Let us calculate the productivity by calculating the cost of each category and then compare them between the two years to find out the improvement or reduction in productivity in the respective category.

Cost items Annual Cost of 2018 Annual Cost of 2019 Monthly Cost 2018 Monthly Cost 2019 Reduction() or Increase in Cost Remark Productivity
5,00,000 5,00,000 41666.66667 41666.66667
Labour 3600000 3240000 300000 270000 -10% 10% reduction 10% improvement
Capital Cost 1080000 1188000 90000 99000 10% 10% increase 10% reduction
Material Cost 4320000 4104000 360000 342000 -5% 5% reduction 5% improvement
Subtotal Cost 9000000 8532000 750000 711000 -5% 5% reduction 5% improvement
Unit cost= Total Cost/Number of units made 18 17.064 18 17.064 -5% 5% reduction 5% improvement

# Will Ricky get his productivity improvement bonus for the Year 2019? Why?

Yes, he will get the bonus, as we have seen that the per-unit production cost in the Year 2019 is 5% lower with respect to the year 2018 production cost per unit, hence he has achieved an overall 5% improvement in productivity.

# The boss of the company is now considering outsourcing the operations to a third party who offers a product transfer cost of $16 per unit that covers the materials, labor and capital costs.

  1. What would you suggest to the boss to make the decision based on the cost? (3 marks)

As we have seen that the cost of capital is increasing and even with a 5% improvement in productivity the cost per unit is $17.06 per unit hence to reach at $16 level the has to improve by another 6.2% improvement in their productitvity which may be difficult to achieve. Therefore, if we only consider the cost part then outsourcing of the job makes sense if there are no other cost differences.

  1. What other factors and risks the boss should consider beyond the cost implications?
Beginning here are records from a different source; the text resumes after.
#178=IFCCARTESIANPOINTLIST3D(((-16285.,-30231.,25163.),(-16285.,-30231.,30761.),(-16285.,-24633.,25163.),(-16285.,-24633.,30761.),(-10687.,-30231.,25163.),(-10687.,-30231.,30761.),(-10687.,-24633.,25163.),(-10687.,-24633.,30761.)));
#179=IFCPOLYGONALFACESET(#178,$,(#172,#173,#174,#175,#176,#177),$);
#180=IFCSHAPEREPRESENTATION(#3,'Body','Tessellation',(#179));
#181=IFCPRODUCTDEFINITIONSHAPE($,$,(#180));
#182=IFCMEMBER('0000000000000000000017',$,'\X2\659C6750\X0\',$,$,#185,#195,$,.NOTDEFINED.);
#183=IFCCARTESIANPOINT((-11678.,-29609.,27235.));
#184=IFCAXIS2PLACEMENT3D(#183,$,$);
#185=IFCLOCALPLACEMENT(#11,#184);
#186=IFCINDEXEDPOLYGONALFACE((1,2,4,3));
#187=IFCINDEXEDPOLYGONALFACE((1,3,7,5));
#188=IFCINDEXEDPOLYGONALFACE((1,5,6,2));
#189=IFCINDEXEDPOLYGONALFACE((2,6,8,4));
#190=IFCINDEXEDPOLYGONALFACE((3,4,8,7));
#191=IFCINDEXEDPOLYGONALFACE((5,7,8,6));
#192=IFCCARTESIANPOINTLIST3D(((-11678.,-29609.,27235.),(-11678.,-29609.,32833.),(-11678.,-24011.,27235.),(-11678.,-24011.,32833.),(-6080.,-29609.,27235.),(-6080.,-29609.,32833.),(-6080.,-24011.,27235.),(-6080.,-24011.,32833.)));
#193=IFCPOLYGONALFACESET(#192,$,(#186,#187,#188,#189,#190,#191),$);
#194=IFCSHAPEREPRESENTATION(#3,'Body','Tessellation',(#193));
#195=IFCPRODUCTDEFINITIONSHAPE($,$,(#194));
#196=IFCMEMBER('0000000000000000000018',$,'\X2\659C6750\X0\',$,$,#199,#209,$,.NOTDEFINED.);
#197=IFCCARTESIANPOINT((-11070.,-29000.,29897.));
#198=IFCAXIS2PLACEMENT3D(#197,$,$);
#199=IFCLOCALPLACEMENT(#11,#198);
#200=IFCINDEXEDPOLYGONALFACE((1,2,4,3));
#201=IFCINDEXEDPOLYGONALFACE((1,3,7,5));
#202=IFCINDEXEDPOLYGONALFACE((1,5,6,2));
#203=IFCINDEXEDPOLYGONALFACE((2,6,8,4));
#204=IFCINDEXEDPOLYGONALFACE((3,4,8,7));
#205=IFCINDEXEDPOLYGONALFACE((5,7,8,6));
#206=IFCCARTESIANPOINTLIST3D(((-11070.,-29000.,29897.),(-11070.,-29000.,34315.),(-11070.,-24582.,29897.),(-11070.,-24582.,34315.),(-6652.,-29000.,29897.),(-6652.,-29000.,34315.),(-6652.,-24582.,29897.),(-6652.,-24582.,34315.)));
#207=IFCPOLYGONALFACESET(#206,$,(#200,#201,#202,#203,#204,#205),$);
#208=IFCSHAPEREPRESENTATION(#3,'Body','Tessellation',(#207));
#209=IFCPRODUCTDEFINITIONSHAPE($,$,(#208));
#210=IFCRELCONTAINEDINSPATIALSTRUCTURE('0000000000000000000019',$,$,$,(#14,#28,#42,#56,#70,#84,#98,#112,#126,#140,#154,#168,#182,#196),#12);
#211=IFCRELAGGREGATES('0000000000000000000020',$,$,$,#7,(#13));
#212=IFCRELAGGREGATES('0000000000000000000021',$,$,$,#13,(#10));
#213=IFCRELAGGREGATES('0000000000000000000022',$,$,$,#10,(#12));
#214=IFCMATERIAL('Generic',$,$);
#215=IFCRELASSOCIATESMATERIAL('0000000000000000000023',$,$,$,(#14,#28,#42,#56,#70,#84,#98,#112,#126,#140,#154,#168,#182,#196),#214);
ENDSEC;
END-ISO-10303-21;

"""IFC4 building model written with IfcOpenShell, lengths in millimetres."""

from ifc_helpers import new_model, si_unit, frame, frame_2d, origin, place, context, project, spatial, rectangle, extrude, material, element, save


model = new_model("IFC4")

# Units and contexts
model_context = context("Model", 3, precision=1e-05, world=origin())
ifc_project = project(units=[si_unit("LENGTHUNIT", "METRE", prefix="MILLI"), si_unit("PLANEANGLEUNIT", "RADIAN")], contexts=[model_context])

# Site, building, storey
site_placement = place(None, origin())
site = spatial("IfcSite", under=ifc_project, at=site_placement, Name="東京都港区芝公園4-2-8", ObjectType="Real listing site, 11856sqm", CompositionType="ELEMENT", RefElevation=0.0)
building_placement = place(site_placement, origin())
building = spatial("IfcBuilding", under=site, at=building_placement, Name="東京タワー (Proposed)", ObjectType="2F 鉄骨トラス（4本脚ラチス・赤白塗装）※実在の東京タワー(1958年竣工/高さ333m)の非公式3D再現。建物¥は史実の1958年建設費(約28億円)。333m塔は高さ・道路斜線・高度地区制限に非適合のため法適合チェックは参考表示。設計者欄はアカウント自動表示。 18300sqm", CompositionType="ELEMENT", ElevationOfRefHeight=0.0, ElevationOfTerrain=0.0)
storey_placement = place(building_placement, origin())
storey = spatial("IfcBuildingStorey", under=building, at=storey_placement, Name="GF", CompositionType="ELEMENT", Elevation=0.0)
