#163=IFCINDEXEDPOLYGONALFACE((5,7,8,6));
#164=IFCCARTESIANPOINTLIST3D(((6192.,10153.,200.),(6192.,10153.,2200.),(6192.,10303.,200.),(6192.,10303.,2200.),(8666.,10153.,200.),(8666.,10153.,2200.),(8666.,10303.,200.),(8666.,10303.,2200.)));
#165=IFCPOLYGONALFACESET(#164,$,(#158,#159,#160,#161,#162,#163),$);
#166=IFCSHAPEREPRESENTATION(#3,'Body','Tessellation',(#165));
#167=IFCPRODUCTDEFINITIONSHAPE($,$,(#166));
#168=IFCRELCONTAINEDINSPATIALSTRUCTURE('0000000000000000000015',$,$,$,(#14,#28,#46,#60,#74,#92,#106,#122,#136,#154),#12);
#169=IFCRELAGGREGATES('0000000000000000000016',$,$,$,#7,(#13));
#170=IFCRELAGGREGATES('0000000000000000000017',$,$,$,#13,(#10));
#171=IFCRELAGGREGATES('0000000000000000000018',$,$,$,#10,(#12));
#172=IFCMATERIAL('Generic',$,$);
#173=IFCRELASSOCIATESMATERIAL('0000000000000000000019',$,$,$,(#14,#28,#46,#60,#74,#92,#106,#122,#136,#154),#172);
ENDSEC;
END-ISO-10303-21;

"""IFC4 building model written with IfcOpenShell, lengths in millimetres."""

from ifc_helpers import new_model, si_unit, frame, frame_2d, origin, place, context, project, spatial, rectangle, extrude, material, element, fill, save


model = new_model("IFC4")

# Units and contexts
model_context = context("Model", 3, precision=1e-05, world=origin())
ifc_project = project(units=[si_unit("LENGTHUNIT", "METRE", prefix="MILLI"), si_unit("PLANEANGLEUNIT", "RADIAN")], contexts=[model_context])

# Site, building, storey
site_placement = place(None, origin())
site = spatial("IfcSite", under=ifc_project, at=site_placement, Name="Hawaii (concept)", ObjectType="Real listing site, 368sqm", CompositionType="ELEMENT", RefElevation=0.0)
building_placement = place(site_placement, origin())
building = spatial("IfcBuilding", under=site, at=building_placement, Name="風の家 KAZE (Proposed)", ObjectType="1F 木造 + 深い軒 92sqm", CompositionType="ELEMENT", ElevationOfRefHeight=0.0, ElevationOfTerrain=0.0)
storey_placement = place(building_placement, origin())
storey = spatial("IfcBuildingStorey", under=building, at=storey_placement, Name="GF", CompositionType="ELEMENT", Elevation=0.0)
As I explained that only cost should not be considered for making a decision to outsource the manufacturing. the other critical factors which should be considered are as below:

a. Quality: There should not be any difference in quality standards by any means otherwise reduced cost has no meaning.
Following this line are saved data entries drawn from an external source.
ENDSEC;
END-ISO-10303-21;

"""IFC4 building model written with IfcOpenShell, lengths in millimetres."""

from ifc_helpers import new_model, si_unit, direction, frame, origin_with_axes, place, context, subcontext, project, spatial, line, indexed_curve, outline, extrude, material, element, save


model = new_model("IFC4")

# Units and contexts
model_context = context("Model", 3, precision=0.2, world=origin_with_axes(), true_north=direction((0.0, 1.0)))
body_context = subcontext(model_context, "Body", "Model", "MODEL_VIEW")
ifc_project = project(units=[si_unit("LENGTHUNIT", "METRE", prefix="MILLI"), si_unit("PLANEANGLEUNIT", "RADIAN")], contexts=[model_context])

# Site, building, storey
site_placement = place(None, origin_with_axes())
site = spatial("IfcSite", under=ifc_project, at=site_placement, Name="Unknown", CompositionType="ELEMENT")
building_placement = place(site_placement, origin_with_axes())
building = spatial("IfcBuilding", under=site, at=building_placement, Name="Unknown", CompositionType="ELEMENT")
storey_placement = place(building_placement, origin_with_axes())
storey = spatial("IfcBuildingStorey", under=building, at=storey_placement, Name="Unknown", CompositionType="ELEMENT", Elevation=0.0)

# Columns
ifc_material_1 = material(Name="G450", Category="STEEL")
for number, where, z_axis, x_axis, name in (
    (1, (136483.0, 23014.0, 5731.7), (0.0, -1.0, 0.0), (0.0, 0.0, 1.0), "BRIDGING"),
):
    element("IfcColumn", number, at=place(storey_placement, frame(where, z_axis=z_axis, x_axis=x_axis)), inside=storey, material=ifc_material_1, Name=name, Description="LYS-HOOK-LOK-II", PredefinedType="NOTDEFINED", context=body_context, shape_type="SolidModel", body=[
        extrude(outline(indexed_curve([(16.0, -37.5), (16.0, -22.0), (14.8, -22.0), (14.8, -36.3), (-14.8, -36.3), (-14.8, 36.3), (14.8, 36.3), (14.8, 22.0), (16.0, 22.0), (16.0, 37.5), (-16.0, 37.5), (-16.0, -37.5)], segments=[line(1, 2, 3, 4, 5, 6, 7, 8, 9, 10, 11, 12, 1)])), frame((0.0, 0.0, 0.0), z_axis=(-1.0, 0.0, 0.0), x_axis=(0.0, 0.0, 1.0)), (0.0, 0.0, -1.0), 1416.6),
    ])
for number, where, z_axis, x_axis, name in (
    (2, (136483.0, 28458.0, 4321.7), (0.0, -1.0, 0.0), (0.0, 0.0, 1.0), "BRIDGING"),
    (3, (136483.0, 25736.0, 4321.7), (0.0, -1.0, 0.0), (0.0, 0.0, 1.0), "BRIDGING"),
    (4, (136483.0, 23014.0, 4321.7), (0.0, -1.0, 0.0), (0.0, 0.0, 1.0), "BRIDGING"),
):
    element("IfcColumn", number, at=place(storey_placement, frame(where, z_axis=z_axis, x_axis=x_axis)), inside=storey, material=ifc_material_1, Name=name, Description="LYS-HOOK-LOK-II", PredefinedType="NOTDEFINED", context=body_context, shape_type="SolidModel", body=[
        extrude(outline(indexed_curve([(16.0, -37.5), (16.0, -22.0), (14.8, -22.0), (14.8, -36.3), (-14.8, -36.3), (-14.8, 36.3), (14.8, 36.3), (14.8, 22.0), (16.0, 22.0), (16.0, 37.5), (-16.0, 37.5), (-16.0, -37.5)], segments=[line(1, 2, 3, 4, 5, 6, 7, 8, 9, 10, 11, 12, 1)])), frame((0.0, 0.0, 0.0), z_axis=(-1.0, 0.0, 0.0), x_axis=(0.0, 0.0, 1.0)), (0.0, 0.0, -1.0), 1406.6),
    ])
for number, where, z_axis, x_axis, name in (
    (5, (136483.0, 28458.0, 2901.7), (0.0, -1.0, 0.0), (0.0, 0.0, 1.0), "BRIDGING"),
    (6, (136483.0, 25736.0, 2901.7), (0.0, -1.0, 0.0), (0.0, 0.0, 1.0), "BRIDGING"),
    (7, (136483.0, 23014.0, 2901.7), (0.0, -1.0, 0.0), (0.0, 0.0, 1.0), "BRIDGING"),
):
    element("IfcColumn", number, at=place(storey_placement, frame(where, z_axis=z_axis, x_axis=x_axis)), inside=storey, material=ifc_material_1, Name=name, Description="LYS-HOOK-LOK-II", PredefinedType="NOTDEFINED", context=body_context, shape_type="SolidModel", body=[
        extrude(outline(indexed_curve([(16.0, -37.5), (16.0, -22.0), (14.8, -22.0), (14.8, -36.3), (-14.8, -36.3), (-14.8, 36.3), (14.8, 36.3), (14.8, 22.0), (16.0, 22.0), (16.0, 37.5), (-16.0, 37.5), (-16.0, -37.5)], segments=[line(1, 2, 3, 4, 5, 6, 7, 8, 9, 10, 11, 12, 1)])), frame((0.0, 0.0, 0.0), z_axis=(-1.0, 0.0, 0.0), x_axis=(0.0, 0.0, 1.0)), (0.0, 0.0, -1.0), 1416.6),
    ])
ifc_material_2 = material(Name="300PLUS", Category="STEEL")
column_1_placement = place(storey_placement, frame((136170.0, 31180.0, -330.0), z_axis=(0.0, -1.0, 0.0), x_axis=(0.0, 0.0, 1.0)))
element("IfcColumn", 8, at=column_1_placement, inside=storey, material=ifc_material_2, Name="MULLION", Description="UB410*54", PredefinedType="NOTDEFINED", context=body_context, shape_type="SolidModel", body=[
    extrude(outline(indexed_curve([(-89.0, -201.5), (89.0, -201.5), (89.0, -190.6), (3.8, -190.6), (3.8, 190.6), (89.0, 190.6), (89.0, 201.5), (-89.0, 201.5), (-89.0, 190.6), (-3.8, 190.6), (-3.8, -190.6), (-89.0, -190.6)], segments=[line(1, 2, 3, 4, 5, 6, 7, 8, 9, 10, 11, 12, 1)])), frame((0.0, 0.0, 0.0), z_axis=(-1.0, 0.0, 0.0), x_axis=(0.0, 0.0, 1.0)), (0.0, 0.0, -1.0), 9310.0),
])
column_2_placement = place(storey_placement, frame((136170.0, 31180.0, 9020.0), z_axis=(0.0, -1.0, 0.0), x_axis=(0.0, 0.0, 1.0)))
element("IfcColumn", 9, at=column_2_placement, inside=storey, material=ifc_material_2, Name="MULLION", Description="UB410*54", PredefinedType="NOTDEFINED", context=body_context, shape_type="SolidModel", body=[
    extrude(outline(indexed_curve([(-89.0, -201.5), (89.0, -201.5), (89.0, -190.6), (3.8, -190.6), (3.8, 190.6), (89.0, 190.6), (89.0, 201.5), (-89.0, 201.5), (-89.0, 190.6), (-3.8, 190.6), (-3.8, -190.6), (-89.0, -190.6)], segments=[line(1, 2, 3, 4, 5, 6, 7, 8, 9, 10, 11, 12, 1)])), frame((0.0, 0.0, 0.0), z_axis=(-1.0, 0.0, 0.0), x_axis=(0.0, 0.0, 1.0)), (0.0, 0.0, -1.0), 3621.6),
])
b. Timely Supply: Supply should be as per committed timeline, there should not be any lag in deliveries of products.

c. Other overhead expenses: there should not be any other ordinary or extraordinary overhead expense linked with getting the manufacturing to outsource.

d. Legality: there should not be any legal violation for which his company should be held responsible and this thing should be clearly agreed in the contract.